As of today, Cycle’s opportunity to move outside of Amazon’s borders and capture a potential base of new users expanded. The company’s CEO, Jason Stowe, shared news of the new hooks for the Google cloud with The Next Platform, noting that there are many new use cases they expect will open in the coming months. While they have continued to find new large users through their Amazon partner status, including most recently, the Food and Drug Administration (FDA), expanding beyond that base makes sense and could them secure more long-term users. Stowe estimates that for every long-term user of their CycleCloud service there are 2X-3X that use the cloud (and their middleware) for a single major undertaking where in-house resources aren’t enough.

These ties with Google Compute Engine are being announced in tandem with two related news items, one from Cycle, the other from Google. First is the fact that Cycle Computing has been working with the Broad Institute to make the move to the Google cloud for a cancer research workload that ate 50,000 cores on GCE. The second item is that Google announced that its preemptible VMs, which were launched in beta several months ago (and are akin to spot instance pricing on AWS) are entering full availability. Interestingly, Stowe explained that it was this very feature inside GCE that pushed the Broad Institute the Google Cloud way, although work between Google and the Broad Institute has been ongoing in previous months for other workloads.

The Broad Institute ran what amounted to thirty years of cancer research calculations in just a few hours based on a decade’s worth of sequenced or genotyped biological samples—1.4 million to be exact. With Cycle’s help, they were able to scale to this level in just a few weeks, taking advantage of preemptible VMs for price reductions, even if it means there is always a chance their workload could be interrupted (we have a longer piece coming this morning featuring a chat with Paul Nash, Google’s product manager for GCE describing this). As Chris Dwan, acting director of IT at the Broad Institute described, “this kind of cloud-based infrastructure helps us remove some of the local computing barriers that can stand in the way. Flexible processing power allows us to think on a much larger scale.”

While use cases like the Broad Institute’s genomics workloads are in Cycle’s sweet spot (and are a target market for cloud providers), Stowe says that Cycle is seeing momentum in more areas, including manufacturing. Although the company’s start was in research and life sciences, there is far less concern about the “older” topics like security and more of a sense that the real challenge is making sure it is possible to efficiently balance workloads between what stays in-house and what is sent to the cloud. Cycle’s service helps manage this via policies and with more hooks into other workload management frameworks, including Univa’s Grid Engine, which was used in the Broad Institute example, they plan to keep broadening their reach through wider integration and orchestration with schedulers and cloud provider use cases.
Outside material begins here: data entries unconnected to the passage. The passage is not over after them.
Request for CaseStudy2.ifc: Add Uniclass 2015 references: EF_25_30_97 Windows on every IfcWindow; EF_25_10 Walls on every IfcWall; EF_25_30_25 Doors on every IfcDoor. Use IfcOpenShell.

First a look at what the model holds.

```python
import ifcopenshell

model = ifcopenshell.open("CaseStudy2.ifc")
print(model.schema)
print("classifications:", [c.Name for c in model.by_type("IfcClassification")])
for ifc_class in ("IfcDoor", "IfcRoof", "IfcStair", "IfcWall", "IfcWindow"):
    print(ifc_class, len(model.by_type(ifc_class)))
```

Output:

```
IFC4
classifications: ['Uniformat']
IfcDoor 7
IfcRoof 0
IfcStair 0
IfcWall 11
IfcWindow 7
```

```python
import ifcopenshell
import ifcopenshell.api.classification

model = ifcopenshell.open("CaseStudy2.ifc")

system = ifcopenshell.api.classification.add_classification(model, classification="Uniclass 2015")

codes = {
    "IfcWindow": ("EF_25_30_97", "Windows"),
    "IfcWall": ("EF_25_10", "Walls"),
    "IfcDoor": ("EF_25_30_25", "Doors"),
}
for ifc_class, (code, name) in codes.items():
    products = model.by_type(ifc_class)
    ifcopenshell.api.classification.add_reference(
        model, products=products, classification=system, identification=code, name=name
    )
    print(code, len(products))

model.write("CaseStudy2_edited.ifc")
```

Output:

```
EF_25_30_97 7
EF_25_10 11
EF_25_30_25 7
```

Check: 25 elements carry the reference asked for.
On that orchestration front, the goal for the Broad was to ensure they were getting the necessary scale and performance, but of great importance was the pricing benefits they hoped to capture from the preemptible VMs. This is a similar challenge for Cycle in terms what the company faced in rolling out support for spot pricing inside of AWS, but the fundamental concept is the same.

We have a representation for these clustered applications, it is not unlike a container approach in concept,” Stowe explains. “Our software takes sets of hosts and sets of roles and makes it so you can consistently orchestrate them in different infrastructures. From a practical standpoint, things like a Grid Engine cluster or a parallel shared file system or a Spark cluster or any other number of examples, all of those are just clustered applications with a head node and read/write nodes and maybe a shared file system–all those roles we abstract in a generic way, and we can orchestrate all of that at scale.”